* ABOUT THIS EXERCISE *
From the data, copy out every line in which the word "contexts" appears.

[[ EXTRACTED ENTRIES open ]]

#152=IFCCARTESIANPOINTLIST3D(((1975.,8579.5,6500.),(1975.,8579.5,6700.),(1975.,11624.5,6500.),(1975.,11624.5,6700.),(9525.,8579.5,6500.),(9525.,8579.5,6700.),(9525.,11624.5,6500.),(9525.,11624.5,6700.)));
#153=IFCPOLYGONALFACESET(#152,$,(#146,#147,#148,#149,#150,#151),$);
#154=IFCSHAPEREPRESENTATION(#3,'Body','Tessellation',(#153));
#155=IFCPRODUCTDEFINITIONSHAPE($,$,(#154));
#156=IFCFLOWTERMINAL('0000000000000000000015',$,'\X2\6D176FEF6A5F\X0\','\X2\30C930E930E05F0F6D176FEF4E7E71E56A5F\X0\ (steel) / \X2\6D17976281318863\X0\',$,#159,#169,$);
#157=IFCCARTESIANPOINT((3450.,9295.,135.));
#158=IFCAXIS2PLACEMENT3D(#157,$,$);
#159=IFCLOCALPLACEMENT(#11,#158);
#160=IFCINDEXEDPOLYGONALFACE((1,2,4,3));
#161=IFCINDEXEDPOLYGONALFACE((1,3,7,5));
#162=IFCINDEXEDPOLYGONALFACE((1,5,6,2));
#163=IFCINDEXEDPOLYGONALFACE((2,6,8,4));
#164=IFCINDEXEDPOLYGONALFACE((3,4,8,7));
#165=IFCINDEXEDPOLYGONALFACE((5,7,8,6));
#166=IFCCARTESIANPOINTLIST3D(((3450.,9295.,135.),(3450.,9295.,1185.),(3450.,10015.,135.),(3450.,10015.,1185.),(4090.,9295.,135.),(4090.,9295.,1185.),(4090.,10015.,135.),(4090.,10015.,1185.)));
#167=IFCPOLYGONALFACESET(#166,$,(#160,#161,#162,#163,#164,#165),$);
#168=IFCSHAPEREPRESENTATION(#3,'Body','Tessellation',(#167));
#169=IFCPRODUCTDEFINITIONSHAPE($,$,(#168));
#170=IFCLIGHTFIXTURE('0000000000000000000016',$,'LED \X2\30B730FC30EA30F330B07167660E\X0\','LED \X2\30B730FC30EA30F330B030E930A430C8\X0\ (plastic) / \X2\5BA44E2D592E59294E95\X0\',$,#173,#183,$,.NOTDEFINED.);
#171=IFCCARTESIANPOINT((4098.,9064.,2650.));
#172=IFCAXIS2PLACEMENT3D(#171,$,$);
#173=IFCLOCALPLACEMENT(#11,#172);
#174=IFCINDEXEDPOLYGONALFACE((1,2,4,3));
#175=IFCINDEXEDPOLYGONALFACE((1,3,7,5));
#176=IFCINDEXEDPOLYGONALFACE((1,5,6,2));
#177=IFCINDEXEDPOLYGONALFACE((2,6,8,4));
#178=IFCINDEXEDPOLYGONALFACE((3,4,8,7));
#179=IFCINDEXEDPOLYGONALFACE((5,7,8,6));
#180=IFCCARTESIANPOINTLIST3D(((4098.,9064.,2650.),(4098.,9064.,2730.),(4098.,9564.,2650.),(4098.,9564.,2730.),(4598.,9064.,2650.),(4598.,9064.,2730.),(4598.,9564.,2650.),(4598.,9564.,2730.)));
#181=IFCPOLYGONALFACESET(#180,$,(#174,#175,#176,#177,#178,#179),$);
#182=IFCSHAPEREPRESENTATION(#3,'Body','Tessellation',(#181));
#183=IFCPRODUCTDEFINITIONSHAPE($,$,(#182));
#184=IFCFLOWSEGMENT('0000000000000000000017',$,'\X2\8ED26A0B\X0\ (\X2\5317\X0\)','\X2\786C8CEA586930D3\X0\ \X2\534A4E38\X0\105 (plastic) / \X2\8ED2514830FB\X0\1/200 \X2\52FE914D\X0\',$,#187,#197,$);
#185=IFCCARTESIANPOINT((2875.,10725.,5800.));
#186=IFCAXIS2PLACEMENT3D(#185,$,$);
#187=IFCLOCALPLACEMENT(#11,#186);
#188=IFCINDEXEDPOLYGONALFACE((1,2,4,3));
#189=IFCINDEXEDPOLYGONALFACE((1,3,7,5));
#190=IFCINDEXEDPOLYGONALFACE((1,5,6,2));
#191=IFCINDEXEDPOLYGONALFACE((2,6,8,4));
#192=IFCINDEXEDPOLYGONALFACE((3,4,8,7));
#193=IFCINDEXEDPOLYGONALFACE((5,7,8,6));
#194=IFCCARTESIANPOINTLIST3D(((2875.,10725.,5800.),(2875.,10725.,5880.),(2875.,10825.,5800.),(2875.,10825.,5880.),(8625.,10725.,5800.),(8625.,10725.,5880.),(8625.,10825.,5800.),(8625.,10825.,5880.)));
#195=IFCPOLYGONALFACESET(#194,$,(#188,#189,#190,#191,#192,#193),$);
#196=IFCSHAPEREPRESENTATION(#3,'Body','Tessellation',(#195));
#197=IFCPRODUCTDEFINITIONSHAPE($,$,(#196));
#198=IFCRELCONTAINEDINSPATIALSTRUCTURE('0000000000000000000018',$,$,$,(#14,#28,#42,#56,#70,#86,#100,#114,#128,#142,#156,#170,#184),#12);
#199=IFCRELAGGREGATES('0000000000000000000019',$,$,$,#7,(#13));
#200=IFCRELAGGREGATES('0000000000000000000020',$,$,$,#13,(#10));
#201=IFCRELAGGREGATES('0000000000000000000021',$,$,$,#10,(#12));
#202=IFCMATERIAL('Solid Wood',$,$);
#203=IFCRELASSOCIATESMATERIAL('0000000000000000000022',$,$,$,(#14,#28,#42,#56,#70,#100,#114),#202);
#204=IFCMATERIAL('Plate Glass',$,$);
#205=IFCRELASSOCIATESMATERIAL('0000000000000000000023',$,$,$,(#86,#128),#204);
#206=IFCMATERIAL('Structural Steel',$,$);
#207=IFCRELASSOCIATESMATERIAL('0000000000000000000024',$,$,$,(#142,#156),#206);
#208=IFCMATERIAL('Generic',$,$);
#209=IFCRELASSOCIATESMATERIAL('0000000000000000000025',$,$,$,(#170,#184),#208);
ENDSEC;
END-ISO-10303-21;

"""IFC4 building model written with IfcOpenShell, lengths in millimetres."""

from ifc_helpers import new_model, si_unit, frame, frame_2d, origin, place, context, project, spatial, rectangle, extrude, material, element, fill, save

[[ EXTRACTED ENTRIES closed ]]
[[ EXTRACTED ENTRIES open ]]

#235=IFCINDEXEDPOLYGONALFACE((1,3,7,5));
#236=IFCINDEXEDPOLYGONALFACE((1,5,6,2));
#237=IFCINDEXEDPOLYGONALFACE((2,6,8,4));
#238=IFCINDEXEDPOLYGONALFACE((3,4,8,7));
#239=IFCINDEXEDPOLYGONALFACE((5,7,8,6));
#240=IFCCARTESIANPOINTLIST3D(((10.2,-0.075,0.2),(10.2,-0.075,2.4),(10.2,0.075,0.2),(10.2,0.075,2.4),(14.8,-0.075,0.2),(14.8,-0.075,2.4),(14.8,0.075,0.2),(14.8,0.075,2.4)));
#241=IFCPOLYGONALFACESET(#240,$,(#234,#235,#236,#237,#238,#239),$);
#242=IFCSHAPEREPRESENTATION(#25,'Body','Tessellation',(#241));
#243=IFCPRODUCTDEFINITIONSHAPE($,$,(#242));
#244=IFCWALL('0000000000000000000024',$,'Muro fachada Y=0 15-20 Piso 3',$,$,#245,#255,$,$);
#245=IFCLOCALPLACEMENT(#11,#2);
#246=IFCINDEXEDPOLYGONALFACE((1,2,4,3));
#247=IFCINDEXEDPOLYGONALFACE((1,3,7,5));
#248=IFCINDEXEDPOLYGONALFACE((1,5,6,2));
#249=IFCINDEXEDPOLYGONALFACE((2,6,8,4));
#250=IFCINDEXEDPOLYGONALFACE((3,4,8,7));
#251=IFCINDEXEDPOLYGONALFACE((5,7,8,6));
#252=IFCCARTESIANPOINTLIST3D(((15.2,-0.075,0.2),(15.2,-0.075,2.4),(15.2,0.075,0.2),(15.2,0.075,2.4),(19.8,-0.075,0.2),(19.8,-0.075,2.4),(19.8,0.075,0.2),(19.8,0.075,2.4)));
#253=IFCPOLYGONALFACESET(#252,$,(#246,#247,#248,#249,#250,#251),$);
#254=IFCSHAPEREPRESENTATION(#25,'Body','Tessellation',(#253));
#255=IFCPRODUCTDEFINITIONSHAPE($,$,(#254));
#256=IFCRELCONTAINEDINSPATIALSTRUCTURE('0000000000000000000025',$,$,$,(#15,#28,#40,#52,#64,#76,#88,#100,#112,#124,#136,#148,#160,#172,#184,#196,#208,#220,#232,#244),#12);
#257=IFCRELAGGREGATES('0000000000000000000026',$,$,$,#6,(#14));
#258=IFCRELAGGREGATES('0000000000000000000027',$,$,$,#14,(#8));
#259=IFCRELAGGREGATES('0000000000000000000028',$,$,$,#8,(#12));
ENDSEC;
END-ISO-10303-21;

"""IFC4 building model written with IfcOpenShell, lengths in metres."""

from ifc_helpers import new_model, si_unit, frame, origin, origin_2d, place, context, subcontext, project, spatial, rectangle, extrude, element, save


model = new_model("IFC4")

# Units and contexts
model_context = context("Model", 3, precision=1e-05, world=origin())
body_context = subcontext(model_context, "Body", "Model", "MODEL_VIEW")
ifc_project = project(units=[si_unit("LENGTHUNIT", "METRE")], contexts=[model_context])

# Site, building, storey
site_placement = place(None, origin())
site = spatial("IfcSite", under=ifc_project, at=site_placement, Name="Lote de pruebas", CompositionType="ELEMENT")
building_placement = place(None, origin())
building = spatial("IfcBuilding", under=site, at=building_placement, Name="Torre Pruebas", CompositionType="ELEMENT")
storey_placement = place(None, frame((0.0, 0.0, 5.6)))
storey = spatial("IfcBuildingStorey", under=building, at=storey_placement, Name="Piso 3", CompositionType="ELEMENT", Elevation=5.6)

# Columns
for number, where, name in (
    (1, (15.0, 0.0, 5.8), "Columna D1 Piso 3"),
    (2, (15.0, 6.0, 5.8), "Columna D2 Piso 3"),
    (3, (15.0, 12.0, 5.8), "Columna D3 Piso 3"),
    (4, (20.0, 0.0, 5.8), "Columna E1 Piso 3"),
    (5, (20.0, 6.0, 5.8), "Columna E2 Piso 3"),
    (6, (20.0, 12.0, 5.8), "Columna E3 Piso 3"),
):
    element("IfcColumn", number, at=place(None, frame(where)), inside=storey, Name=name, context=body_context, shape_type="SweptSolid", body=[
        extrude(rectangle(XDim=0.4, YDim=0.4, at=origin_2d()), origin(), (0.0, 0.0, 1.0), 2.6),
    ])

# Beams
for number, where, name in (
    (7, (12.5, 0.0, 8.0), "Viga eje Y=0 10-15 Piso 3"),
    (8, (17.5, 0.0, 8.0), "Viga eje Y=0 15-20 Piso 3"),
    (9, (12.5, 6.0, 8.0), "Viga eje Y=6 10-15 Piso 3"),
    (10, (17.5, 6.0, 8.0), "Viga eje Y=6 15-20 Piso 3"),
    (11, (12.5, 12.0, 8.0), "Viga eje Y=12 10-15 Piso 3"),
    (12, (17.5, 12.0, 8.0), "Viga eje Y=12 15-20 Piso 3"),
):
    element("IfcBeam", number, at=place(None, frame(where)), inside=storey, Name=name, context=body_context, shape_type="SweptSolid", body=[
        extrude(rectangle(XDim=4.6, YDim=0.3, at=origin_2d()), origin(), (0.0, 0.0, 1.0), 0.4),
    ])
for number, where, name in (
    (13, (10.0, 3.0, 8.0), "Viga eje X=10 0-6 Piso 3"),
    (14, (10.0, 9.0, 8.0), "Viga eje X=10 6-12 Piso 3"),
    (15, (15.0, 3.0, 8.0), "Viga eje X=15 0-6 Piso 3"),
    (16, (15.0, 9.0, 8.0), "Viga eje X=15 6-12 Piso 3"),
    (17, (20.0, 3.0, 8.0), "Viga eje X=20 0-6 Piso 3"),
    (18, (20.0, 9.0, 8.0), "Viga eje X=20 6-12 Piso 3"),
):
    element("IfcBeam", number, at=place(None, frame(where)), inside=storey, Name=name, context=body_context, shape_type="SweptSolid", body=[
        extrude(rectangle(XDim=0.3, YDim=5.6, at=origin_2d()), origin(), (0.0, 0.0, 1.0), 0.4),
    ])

[[ EXTRACTED ENTRIES closed ]]

* SOLVED PROBLEM *
# Units and contexts
ifc_project = project(units=[si_unit("LENGTHUNIT", "METRE")], contexts=[model_context])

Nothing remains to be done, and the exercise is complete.